Reconfigured Atlanta Passes Test

| Senior Writer, RacinToday.com Monday, March 21 2022

The racing at Atlanta was super speedway style. (Photo by Sean Gardner/Getty Images)

HAMPTON, Ga. – Using immediate fan reaction as an indicator, Speedway Motorsports got it right.

When SMI officials announced last summer plans to redesign Atlanta Motor Speedway, it immediately drew the ire of many marquee NASCAR drivers.

Their beef was two-fold: how could SMI expect the best stock drivers in the world, who would  be in the midst of working out the kinks in the Next Gen car, to compete on a narrow 1.5-mile track with 28 degrees of banking that figured to produce Daytona-style side-by-side racing for 500 miles?

The competitors were also miffed because SMI and NASCAR never consulted them about the track redesign. In fact, the drivers learned about the radical changes through a press release.

Kevin Harvick, one of the most vocal proponents of the old Atlanta abrasive, worn-out racing surface offered this in July:

“I don’t think (track changes) worked out very well for Texas,” he said. “I don’t think it worked out well for Bristol and I don’t think it worked out well for Kentucky.

“I don’t think any of those were very good. So I think if you just keep winging it and don’t get the drivers’ input, you’re just going to keep getting the same conclusion.”

After Kyle Busch won the final Xfinity Series race on the old AMS surface last summer, he sarcastically said “I sure am glad to win on a real Atlanta race track, because the next one is going to be shit.”

Fast forward to Sunday night and you could easily make the argument Atlanta could remarket this joint as Daytona North.

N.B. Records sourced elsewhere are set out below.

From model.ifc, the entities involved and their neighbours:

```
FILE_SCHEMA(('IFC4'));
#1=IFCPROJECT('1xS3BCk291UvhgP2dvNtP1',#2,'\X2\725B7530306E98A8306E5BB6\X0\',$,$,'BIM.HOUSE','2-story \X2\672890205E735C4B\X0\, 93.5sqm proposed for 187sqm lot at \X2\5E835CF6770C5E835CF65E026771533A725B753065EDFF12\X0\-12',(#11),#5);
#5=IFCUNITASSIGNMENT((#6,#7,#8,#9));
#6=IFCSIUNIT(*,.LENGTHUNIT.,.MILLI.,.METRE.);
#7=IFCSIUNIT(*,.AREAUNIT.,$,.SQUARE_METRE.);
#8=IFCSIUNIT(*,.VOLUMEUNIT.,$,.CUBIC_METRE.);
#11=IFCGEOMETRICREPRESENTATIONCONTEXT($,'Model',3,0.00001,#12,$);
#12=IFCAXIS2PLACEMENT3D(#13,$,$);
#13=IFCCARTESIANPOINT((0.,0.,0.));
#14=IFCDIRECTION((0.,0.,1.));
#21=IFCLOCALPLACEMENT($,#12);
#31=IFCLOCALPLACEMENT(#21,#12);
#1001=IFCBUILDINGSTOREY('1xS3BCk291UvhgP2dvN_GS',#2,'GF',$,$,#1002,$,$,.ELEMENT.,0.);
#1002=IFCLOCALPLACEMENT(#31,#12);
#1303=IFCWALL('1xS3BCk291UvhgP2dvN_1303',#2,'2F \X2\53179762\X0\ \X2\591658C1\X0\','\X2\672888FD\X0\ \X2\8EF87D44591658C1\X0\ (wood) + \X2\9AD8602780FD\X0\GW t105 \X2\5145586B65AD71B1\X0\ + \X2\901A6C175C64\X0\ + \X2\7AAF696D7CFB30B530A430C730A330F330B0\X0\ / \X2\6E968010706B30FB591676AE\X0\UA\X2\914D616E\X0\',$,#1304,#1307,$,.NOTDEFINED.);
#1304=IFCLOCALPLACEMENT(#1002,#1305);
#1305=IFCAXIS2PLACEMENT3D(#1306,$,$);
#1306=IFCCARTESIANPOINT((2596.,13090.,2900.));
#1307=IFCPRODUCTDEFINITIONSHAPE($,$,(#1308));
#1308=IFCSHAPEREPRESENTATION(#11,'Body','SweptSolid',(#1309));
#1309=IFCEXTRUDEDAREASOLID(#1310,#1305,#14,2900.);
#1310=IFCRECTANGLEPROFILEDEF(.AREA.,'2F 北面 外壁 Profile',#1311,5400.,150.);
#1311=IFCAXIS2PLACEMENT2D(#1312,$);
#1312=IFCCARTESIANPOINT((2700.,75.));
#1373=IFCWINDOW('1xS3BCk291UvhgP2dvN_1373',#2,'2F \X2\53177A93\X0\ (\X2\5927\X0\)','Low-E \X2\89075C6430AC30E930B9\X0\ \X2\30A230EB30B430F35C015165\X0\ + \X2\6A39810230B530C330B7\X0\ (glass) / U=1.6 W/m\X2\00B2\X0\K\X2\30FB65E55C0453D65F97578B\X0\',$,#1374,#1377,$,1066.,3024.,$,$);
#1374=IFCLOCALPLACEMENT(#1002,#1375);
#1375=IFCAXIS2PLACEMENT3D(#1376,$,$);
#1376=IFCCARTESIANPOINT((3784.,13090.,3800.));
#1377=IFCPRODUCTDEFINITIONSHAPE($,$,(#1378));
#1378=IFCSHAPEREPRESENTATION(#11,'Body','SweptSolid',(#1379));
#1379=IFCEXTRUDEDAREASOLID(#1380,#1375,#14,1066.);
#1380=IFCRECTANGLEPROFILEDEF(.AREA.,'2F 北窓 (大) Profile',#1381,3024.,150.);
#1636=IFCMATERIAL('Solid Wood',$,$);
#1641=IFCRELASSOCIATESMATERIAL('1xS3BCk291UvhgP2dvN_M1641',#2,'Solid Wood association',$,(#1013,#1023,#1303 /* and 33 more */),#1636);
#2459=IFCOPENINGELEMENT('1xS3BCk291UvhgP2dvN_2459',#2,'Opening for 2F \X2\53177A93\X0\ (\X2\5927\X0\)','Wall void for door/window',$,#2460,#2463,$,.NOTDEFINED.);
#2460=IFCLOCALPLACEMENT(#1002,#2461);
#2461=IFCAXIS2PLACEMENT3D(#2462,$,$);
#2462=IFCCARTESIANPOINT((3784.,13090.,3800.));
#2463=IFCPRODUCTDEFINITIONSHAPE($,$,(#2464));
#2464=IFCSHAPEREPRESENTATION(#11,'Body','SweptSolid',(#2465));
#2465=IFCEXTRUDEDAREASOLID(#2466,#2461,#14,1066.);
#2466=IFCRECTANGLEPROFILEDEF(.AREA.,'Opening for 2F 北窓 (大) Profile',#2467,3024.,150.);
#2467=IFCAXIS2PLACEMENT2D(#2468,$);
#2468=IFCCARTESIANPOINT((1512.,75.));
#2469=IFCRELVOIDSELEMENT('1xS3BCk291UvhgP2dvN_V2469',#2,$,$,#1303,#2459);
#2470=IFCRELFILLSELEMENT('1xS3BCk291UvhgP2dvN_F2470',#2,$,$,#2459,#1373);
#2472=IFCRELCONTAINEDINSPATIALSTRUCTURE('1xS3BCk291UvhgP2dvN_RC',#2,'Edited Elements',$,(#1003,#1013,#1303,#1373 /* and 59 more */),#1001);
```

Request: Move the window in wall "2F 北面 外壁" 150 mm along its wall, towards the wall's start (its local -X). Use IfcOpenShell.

```python
import ifcopenshell
import ifcopenshell.api.geometry
import ifcopenshell.util.placement
import ifcopenshell.util.unit

model = ifcopenshell.open("model.ifc")
unit_scale = ifcopenshell.util.unit.calculate_unit_scale(model)

window = model.by_guid("1xS3BCk291UvhgP2dvN_1373")
opening = window.FillsVoids[0].RelatingOpeningElement
wall = opening.VoidsElements[0].RelatingBuildingElement

wall_matrix = ifcopenshell.util.placement.get_local_placement(wall.ObjectPlacement)
shift = wall_matrix[:3, 0] * -0.15 / unit_scale
before = ifcopenshell.util.placement.get_local_placement(window.ObjectPlacement)[:3, 3].copy()

# The window is not placed relative to its opening, so move both.
for product in (opening, window):
    matrix = ifcopenshell.util.placement.get_local_placement(product.ObjectPlacement)
    matrix[:3, 3] += shift
    ifcopenshell.api.geometry.edit_object_placement(model, product=product, matrix=matrix, is_si=False)

after = ifcopenshell.util.placement.get_local_placement(window.ObjectPlacement)[:3, 3]
print("window moved by", (after - before).round(3) + 0.0)

model.write("model_rev.ifc")
```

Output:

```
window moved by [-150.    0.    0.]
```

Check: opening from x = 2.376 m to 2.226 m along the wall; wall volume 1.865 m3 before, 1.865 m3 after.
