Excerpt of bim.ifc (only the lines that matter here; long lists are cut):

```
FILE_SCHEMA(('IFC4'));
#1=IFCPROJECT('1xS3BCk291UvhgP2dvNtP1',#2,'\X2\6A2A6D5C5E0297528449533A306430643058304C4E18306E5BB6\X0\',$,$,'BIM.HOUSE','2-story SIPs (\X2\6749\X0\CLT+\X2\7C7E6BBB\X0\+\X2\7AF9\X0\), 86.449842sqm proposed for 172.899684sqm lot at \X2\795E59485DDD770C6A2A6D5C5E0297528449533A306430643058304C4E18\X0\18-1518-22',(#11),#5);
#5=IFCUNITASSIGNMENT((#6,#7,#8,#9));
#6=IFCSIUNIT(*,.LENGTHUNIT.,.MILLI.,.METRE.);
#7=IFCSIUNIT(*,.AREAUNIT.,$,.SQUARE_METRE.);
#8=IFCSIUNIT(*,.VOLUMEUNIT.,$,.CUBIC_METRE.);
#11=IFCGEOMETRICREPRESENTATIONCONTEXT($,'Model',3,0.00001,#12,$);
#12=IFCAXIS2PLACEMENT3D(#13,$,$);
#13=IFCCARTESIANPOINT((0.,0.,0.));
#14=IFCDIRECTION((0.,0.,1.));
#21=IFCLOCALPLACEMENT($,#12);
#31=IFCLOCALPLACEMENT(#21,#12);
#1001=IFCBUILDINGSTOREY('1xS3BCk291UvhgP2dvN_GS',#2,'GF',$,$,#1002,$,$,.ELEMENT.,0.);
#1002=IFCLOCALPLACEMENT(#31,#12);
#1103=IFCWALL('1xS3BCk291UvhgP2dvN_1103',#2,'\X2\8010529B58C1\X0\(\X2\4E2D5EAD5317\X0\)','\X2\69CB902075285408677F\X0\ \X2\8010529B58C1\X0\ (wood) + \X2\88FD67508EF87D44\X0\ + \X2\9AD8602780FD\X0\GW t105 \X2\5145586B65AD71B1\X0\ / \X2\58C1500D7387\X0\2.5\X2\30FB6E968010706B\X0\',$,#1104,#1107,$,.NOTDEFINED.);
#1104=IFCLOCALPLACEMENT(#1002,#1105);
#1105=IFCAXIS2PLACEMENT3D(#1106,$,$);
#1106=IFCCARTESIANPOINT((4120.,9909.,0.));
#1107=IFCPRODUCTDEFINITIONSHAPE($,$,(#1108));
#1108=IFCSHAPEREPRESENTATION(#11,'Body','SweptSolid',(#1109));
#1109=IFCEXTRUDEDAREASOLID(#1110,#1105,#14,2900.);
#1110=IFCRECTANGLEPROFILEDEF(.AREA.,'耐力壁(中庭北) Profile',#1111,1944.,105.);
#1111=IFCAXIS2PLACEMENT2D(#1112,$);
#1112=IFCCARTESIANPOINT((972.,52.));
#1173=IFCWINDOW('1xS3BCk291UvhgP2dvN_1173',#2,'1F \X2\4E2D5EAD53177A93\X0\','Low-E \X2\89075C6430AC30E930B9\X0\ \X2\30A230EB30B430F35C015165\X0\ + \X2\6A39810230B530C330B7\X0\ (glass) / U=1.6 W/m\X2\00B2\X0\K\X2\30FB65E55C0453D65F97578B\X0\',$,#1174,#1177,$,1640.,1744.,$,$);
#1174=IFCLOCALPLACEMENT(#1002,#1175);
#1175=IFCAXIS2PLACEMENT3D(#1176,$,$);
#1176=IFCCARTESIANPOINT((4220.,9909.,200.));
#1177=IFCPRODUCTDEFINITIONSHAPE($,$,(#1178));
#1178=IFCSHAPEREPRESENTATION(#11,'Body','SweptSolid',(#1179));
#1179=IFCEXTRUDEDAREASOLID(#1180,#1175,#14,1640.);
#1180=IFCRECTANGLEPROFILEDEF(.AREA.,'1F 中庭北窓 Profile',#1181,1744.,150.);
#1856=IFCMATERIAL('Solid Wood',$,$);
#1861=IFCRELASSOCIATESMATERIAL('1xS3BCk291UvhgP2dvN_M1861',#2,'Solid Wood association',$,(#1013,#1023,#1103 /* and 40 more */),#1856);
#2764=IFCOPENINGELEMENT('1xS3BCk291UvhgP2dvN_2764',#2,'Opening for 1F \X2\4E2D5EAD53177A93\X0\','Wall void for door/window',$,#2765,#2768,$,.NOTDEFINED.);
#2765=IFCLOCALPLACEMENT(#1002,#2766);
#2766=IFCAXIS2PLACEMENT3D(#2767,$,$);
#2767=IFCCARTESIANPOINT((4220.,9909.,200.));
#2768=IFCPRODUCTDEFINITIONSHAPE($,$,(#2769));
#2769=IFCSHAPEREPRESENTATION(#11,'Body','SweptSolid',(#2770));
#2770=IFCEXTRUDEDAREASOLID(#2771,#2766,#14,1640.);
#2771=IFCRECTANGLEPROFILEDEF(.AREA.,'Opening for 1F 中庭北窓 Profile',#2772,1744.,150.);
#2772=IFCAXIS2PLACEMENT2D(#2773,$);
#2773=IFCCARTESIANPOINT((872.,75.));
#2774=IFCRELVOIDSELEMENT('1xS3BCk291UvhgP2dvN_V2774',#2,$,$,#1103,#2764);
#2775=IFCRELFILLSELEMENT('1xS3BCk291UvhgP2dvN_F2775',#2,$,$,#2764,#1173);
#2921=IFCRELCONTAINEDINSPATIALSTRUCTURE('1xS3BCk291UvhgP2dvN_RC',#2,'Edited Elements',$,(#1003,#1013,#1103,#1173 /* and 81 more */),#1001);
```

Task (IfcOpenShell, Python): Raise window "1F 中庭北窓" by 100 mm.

```python
import numpy as np
import ifcopenshell
import ifcopenshell.api.geometry
import ifcopenshell.util.placement
import ifcopenshell.util.unit

model = ifcopenshell.open("bim.ifc")
unit_scale = ifcopenshell.util.unit.calculate_unit_scale(model)

window = model.by_guid("1xS3BCk291UvhgP2dvN_1173")
opening = window.FillsVoids[0].RelatingOpeningElement
dz = 100.0

shift = np.array([0.0, 0.0, dz])
# The window is not placed relative to its opening, so move both.
for product in (opening, window):
    matrix = ifcopenshell.util.placement.get_local_placement(product.ObjectPlacement)
    matrix[:3, 3] += shift
    ifcopenshell.api.geometry.edit_object_placement(model, product=product, matrix=matrix, is_si=False)

print(f"moved by {dz * unit_scale:+.3f} m")

model.write("bim_rev.ifc")
```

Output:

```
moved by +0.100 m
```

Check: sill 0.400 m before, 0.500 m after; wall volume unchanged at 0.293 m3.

The hype following Saturday’s thrilling Xfinity and Truck Series races coupled with ideal weather on Sunday created a fever pitch of anticipation that something special was in store for the near-capacity turnout of fans.

And Sunday’s Folds of Honor QuikTrip 500 delivered by producing a record number of lead changes and spectacular racing throughout the day. In the process, it left the Cup garage littered with battered, high-priced machinery.

The inaugural, speedway-type race on a 1.5-mile track was greeted afterwards with mixed reaction throughout the garage.

After climbing out of his No. 45 Toyota, a mentally-taxed Kurt Busch immediately began lobbying for a change when the series return to Atlanta this summer.

“I hope we go back to unrestricted horsepower here in July,” he said, referencing the low-horsepower and high-downforce package the Cup teams ran this weekend.

Asked if he’d be in favor of Busch’s suggestion which would create more separation between the cars, race winner William Byron chuckled and said “I doubt (NASCAR) is going to change it after the way this race turned out.”

AMS Executive Vice President and General Manager Brandon Hutchinson labeled Sunday’s 500 an “amazing event.” But don’t expect a run on the redesign of 1.5-mile tracks on the NASCAR circuit in the immediate future.

“Yeah, let’s not go and repave every 1.5-mile rack in the country,” second-place finisher Ross Chastain said. “I believe Atlanta can be its own thing and people can get excited about it.

“But if we put 28 degrees of banking on every 1.5-mile track, that’s not our future. As a competitor, we want to lift. I’m fine with doing this a couple of times because (Atlanta) is a cool place.”